Skripturale Malerei und Graphik

 

 

Archiv – Streng geheim!

Skripturale Malerei und Graphik

von Eberhard Hartwig

05. März – 13. Mai 2018

Eröffnung/Opening: Sonntag, 04.03.2018, 15 Uhr

Begrüßung/Welcome: Albrecht Pyritz, Direktor Kulturquartier Mecklenburg-Strelitz

Laudatio: Juliana Hellmundt, Kunsthistorikerin/art historian – hier/here

Kurator: Thomas Schubert

Musikalische Umrahmung/Musical framing: „Collec Tiv“

 

Ort/Location: Museum Kulturquartier Mecklenburg-Strelitz in Neustrelitz, Schloßstraße 12/13, 17235 Neustrelitz, Telefon: 03981 2390999 . Facebook

 

Ein Stasi- oder FBI-Archiv? Bibliothek von Alexandria? Eberhard Hartwig nimmt Bezug auf über 6000 Jahre Schrift-/Kommunikationsgeschichte, von den ersten Bilderschriften über fernöstliche bis zu Geheimschriften. Mit seinen BRIEFEN in Schrift-/Buchrollenform zitiert er ebenso chiffrierte Berichte wie für Fremde nicht lesbare TagebuchAUFZEICHNUNGEN. Was ist aufzeichnungswert und damit bewahrenswert? Wie geht es uns z.B. bei Beschriftungen in Japanisch? Wie fühlen sich Immigranten in Deutschland dabei? Wie kommunizieren wir? Sprache und Schrift formen die Wahrnehmung der Welt jedes Individuums und prägen gleichzeitig seine Verortung darin. In Sprache und Schrift sind Denken und Tun, Autonomie und Kollektivität miteinander verwoben. Als Instrument für Teilhabe und Herrschaft ermöglichen sie Emanzipation und Unterdrückung gleichermaßen.

 

Archive – Top Secret!

Scriptual painting and graphics

by Eberhard Hartwig

A Stasi or FBI archive? Library of Alexandria? Eberhard Hartwig refers to more than 6,000 years of writing / communication history, from the first picture fonts to Far Eastern and cipher texts. With his LETTERS in script / book roll form he quotes as well ciphered reports as for strangers unreadable diary ONTO DRAWINGS. What is worth recording and therefore worth preserving? How we are with captions in Japanese? How do immigrants feel in Germany? How do we communicate? Language and writing form the perception of the world of each individual and at the same time shape its location in it. In speech and writing are thinking and doing, autonomy and collectivity interwoven. As an instrument for participation and domination, they enable emancipation and oppression alike.

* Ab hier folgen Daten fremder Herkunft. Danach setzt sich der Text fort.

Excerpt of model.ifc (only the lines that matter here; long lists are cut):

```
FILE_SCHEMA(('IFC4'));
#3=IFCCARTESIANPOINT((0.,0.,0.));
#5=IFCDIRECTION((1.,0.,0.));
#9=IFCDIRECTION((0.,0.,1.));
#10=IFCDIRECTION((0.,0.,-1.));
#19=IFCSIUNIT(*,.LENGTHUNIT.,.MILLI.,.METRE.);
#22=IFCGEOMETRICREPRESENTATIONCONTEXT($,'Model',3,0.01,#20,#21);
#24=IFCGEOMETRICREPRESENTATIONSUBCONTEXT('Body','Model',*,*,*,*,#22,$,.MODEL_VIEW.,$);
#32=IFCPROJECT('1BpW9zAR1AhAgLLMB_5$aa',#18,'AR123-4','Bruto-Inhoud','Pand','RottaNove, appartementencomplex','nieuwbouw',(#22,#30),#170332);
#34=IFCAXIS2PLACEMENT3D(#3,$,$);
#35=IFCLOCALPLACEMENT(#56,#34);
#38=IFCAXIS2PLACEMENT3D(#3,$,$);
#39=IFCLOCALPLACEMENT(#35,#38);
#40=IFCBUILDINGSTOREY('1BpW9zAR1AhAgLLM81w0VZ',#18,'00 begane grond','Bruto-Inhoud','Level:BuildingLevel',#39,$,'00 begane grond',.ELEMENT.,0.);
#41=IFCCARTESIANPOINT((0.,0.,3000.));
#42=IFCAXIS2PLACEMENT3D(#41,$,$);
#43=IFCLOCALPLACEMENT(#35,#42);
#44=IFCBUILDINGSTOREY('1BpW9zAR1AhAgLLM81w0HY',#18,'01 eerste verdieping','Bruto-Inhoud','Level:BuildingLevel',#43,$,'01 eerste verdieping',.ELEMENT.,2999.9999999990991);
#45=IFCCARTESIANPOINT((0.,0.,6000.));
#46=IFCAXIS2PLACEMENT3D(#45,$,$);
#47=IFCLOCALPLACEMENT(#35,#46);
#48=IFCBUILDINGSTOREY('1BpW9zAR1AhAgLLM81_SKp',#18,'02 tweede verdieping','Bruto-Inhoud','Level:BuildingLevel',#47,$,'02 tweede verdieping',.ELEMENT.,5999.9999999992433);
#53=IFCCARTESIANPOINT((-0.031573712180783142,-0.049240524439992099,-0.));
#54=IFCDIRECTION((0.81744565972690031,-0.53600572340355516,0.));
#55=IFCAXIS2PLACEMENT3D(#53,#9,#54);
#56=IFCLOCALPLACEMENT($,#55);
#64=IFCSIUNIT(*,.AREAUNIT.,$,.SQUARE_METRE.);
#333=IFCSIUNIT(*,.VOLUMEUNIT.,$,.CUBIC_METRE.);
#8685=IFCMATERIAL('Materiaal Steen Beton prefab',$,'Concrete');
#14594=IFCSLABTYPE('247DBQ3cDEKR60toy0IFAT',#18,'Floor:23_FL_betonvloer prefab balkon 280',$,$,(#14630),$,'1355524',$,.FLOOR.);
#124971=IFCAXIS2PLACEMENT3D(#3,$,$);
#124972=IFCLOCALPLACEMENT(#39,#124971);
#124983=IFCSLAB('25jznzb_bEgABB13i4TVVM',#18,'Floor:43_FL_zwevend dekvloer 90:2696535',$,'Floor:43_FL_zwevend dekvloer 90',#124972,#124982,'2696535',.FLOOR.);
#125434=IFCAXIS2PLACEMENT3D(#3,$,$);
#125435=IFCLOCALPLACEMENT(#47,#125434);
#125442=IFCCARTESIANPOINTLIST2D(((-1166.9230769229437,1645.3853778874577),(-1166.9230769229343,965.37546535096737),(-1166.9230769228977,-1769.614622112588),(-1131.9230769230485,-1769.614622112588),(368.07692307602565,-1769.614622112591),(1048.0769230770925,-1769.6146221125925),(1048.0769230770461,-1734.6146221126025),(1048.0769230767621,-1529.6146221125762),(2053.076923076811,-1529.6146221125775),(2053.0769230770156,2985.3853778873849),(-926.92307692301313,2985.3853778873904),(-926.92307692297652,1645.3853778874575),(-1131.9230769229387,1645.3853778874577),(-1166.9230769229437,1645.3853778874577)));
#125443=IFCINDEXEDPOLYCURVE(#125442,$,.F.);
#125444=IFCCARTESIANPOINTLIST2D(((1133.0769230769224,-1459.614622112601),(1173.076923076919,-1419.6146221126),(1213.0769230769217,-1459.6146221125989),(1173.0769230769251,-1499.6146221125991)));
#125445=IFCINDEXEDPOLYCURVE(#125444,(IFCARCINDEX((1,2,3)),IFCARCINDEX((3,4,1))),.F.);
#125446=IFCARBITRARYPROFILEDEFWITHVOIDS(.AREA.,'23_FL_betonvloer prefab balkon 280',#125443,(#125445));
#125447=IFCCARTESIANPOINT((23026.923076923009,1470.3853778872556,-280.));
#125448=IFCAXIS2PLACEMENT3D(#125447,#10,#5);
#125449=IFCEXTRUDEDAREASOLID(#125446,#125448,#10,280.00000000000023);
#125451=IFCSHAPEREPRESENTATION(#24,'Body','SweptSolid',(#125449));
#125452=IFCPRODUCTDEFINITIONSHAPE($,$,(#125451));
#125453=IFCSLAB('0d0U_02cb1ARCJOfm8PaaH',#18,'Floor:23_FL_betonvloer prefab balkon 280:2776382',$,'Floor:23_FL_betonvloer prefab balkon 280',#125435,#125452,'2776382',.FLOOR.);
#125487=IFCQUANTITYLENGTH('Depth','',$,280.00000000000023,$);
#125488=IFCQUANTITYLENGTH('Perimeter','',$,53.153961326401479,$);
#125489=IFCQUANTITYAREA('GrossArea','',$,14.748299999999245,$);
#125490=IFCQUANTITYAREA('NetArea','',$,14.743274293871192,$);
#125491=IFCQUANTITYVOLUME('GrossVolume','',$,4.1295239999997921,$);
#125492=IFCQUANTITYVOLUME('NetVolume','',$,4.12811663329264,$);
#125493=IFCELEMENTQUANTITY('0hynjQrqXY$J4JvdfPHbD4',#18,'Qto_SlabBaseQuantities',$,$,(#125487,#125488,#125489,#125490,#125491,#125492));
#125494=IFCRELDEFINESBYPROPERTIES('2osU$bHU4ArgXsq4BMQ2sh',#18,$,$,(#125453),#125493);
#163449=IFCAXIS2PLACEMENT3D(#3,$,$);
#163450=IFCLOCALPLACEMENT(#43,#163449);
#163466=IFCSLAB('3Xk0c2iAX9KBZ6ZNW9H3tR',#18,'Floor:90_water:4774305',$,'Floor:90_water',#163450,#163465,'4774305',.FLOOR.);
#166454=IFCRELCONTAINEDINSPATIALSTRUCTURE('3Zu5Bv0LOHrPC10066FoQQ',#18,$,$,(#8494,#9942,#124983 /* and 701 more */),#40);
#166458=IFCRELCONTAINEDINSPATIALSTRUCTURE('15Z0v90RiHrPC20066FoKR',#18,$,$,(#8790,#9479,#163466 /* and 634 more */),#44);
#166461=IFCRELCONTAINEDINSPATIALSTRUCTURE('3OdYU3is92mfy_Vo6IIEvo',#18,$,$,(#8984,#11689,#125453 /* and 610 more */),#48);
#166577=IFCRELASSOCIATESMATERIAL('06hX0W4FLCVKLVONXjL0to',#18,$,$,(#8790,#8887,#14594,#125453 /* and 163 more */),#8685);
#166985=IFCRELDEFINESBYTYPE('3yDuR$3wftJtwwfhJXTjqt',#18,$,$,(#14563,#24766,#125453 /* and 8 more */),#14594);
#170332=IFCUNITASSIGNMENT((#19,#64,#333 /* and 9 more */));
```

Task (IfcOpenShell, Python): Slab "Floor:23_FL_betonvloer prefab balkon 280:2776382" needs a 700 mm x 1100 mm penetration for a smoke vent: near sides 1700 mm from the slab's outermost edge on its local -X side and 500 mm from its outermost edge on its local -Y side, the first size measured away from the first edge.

```python
import numpy as np
import ifcopenshell
import ifcopenshell.api.feature
import ifcopenshell.api.geometry
import ifcopenshell.api.pset
import ifcopenshell.api.root
import ifcopenshell.geom
import ifcopenshell.util.element
import ifcopenshell.util.placement
import ifcopenshell.util.representation
import ifcopenshell.util.shape
import ifcopenshell.util.unit

model = ifcopenshell.open("model.ifc")
unit_scale = ifcopenshell.util.unit.calculate_unit_scale(model)
area_scale = ifcopenshell.util.unit.calculate_unit_scale(model, "AREAUNIT")
volume_scale = ifcopenshell.util.unit.calculate_unit_scale(model, "VOLUMEUNIT")
settings = ifcopenshell.geom.settings()


def volume(element):
    """Net volume in cubic metres, openings subtracted."""
    shape = ifcopenshell.geom.create_shape(settings, element)
    return ifcopenshell.util.shape.get_volume(shape.geometry)


slab = model.by_guid("0d0U_02cb1ARCJOfm8PaaH")
before = volume(slab)

# Extent in the slab's own axes, in metres. The edges named are its -X and -Y sides.
slab_shape = ifcopenshell.geom.create_shape(settings, slab)
vertices = ifcopenshell.util.shape.get_vertices(slab_shape.geometry)
x_min, y_min, bottom = vertices.min(axis=0)
top = vertices[:, 2].max()

opening = ifcopenshell.api.root.create_entity(model, ifc_class="IfcOpeningElement", name="Smoke vent opening", predefined_type="OPENING")
context = ifcopenshell.util.representation.get_context(model, "Model", "Body", "MODEL_VIEW")
width, depth = 0.7, 1.1
outline = [(0.0, 0.0), (width, 0.0), (width, depth), (0.0, depth), (0.0, 0.0)]
# Overshoot both faces by 50 mm so the cut is clean.
shape = ifcopenshell.api.geometry.add_slab_representation(
    model, context=context, depth=top - bottom + 0.1, polyline=outline
)
ifcopenshell.api.geometry.assign_representation(model, product=opening, representation=shape)

matrix = ifcopenshell.util.placement.get_local_placement(slab.ObjectPlacement)
matrix[:, 3] = matrix @ np.append(np.array([x_min + 1.7, y_min + 0.5, bottom - 0.05]) / unit_scale, 1.0)
ifcopenshell.api.geometry.edit_object_placement(model, product=opening, matrix=matrix, is_si=False)
ifcopenshell.api.feature.add_feature(model, feature=opening, element=slab)

after = volume(slab)

# Update the slab's stored quantities.
qto = model.by_id(ifcopenshell.util.element.get_pset(slab, "Qto_SlabBaseQuantities", should_inherit=False)["id"])
ifcopenshell.api.pset.edit_qto(model, qto=qto, properties={
    "NetArea": after / (top - bottom) / area_scale,
    "NetVolume": after / volume_scale,
})

print(f"slab volume {before:.3f} -> {after:.3f} m3")

model.write("model_edited.ifc")
```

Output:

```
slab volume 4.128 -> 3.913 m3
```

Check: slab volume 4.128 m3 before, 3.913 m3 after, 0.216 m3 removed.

Öffnungszeiten/Opening times: Dauer- und Wechselausstellungen täglich / Permanent and temporary exhibitions daily 10 – 18 Uhr

Eintritt/admission charge:    Wechselausstellung  2 € ermäßigt 1 € / Temporary admission: 2 € reduced 1 €

Tageskarte      Familienkarte (2 Erwachsene und max. 3 Kinder) / Day ticket Family ticket (2 adults and a maximum of 3 children) 12,00 €

Erwachsene / Adults     6,00 €

Kinder (ab 12 Jahren) und ermäßigt / Children (from 12 years) and reduced 3,00 €

(inklusive Eintritt Dauerausstellung und Wechselausstellungen, Aufenthalt Stadtbibliothek, Benutzergebühr Karbe-Wagner-Archiv, Aufenthalt in Café und Garten / including entrance permanent exhibition and temporary exhibitions, stay public library, user fee Karbe-Wagner-Archiv, stay in café and garden)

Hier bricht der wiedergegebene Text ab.